WASHINGTON (Reuters) - U.S. regulators are probing more cases of patients who were exposed to excess radiation from brain scans performed with equipment from General Electric and Toshiba, government officials said on Monday.
The Food and Drug Administration said some patients received up to eight times the normal amount of radiation. High doses of radiation can cause cataracts and increase the risk of some forms of cancer.
In October, the FDA said it was investigating 206 cases of patients being overexposed to radiation during CT perfusion scans of the brain at Cedars-Sinai Medical Center in Los Angeles during an 18-month period.
The FDA said on Monday it had identified at least 50 more cases at Cedars-Sinai and two other California hospitals. Cases also have been reported in Alabama, FDA officials said.
The excess radiation caused skin redness and hair loss in some patients, the agency said.
The agency has not determined if there were problems with the machines or with how they were used, Dr. Jeffrey Shuren, acting director of the FDA’s device center, told reporters on a conference call.
The FDA issued guidelines on Monday meant to help avoid future problems.
Computed tomography (CT) perfusion scans are used to evaluate blood flow in the brain to diagnose strokes, and also are used to examine the heart.
GE Healthcare spokesman Arvind Gopalratnam said while the company continues to investigate, “we confirm that there were no malfunctions or defects in any of the GE Healthcare equipment involved.”
Toshiba said the FDA had informed the company of one site where potential overradiation occurred with the company’s equipment. “We are cooperating fully with the FDA and working with them to investigate this matter,” said Paul Biggins, head of regulatory affairs for Toshiba America Medical Systems.
Cedars-Sinai spokeswoman Simi Singer said the hospital had documented 260 cases and had disclosed the total in November.

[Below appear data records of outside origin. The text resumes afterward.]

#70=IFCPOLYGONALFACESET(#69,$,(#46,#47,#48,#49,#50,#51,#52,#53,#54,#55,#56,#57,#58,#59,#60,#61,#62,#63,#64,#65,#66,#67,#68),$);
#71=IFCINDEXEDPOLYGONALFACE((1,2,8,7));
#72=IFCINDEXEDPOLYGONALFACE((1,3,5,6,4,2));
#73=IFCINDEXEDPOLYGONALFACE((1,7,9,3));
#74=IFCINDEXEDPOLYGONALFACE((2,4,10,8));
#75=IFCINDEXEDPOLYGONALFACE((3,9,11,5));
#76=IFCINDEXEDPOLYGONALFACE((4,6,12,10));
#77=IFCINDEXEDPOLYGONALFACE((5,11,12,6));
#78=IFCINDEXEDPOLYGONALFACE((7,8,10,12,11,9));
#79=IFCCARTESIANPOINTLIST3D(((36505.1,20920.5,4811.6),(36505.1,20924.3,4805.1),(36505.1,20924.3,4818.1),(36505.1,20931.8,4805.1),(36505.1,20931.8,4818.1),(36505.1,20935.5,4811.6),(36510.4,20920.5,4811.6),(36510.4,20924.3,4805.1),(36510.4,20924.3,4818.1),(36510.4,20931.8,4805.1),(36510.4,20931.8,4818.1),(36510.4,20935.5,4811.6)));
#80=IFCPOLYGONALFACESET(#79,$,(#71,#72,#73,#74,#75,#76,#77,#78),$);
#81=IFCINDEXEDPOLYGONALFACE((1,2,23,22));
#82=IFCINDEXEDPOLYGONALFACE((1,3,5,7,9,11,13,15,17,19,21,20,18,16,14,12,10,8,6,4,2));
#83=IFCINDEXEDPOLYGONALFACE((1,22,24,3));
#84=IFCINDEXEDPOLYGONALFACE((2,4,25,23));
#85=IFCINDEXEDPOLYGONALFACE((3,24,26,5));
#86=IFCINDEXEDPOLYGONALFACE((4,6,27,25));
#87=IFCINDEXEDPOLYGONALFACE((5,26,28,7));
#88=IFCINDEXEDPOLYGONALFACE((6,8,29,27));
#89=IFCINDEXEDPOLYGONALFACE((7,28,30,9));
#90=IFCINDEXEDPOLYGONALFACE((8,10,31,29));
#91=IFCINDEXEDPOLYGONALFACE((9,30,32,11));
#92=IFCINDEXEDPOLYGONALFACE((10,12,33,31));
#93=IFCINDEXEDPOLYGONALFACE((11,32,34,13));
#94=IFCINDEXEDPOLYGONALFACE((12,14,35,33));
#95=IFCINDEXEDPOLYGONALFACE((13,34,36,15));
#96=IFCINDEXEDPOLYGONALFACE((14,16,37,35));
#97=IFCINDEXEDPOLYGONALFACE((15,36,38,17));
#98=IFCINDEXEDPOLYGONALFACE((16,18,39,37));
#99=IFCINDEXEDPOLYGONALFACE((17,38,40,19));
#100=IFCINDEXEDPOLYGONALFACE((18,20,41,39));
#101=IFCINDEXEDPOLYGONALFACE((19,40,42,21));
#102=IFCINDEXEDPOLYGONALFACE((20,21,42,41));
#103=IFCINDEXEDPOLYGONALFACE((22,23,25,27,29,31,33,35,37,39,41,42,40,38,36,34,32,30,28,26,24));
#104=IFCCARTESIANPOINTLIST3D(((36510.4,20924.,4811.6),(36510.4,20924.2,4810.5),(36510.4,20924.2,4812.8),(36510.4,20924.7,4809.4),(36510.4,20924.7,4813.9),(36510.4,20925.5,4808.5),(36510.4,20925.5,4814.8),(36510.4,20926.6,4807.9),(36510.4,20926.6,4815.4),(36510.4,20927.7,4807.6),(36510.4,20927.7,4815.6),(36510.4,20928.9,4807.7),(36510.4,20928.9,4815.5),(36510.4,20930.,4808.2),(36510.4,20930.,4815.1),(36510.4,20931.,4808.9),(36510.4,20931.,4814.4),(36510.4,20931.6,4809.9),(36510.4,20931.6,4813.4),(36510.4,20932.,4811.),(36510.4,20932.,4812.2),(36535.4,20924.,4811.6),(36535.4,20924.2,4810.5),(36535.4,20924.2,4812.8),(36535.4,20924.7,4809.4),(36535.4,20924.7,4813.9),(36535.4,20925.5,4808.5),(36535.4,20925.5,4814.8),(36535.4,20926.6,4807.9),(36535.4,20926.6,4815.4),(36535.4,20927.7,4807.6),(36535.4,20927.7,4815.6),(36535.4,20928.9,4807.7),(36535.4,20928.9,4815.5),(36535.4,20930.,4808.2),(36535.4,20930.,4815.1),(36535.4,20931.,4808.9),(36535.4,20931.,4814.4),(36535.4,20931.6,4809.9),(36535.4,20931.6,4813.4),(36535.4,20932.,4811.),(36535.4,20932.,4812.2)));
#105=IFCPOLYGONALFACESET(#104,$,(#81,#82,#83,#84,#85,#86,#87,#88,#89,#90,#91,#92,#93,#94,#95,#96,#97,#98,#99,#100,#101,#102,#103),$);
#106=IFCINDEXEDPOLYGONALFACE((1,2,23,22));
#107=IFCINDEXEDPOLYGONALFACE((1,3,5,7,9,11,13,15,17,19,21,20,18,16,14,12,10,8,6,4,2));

The hospital adopted policies in September that were similar to the new FDA guidelines for preventing future cases, she added.
“We continue to work with the FDA and other regulatory agencies to help identify the root causes of this issue,” Singer said.
In the new guidelines, the FDA urged imaging centers to review protocols for CT perfusion scans of the brain and heart and advised technicians to check the display panel before use to make sure the right amount of radiation would be delivered.
“While we do not know yet the full scope of the concern, facilities should take reasonable steps to double-check their approach to CT perfusion studies and take special care with these imaging tests,” the FDA’s Shuren said in a statement.
Ten cases were reported at Glendale Adventist Medical Center in California, FDA spokeswoman Karen Riley said. The hospital issued a statement on the 10 cases in November, saying the patients were exposed to about three to four times the normal radiation dose while undergoing tests with a GE machine and their risk was “minimal.”
The Glendale hospital continues to use the machine but has changed some procedures to avoid future problems, the statement said.
Other cases were identified at California’s Providence Saint Joseph Medical Center with Toshiba equipment but exact figures are unknown, the FDA’s Riley said.
In a statement, the hospital said “to date, we have had no adverse reactions reported due to unnecessary exposure.” The hospital also is “working with the manufacturer to ensure that proper dosages were administered” and is implementing the new FDA recommendations, the statement said.
At least one case was identified at a hospital in Huntsville, Alabama, the FDA’s Riley said.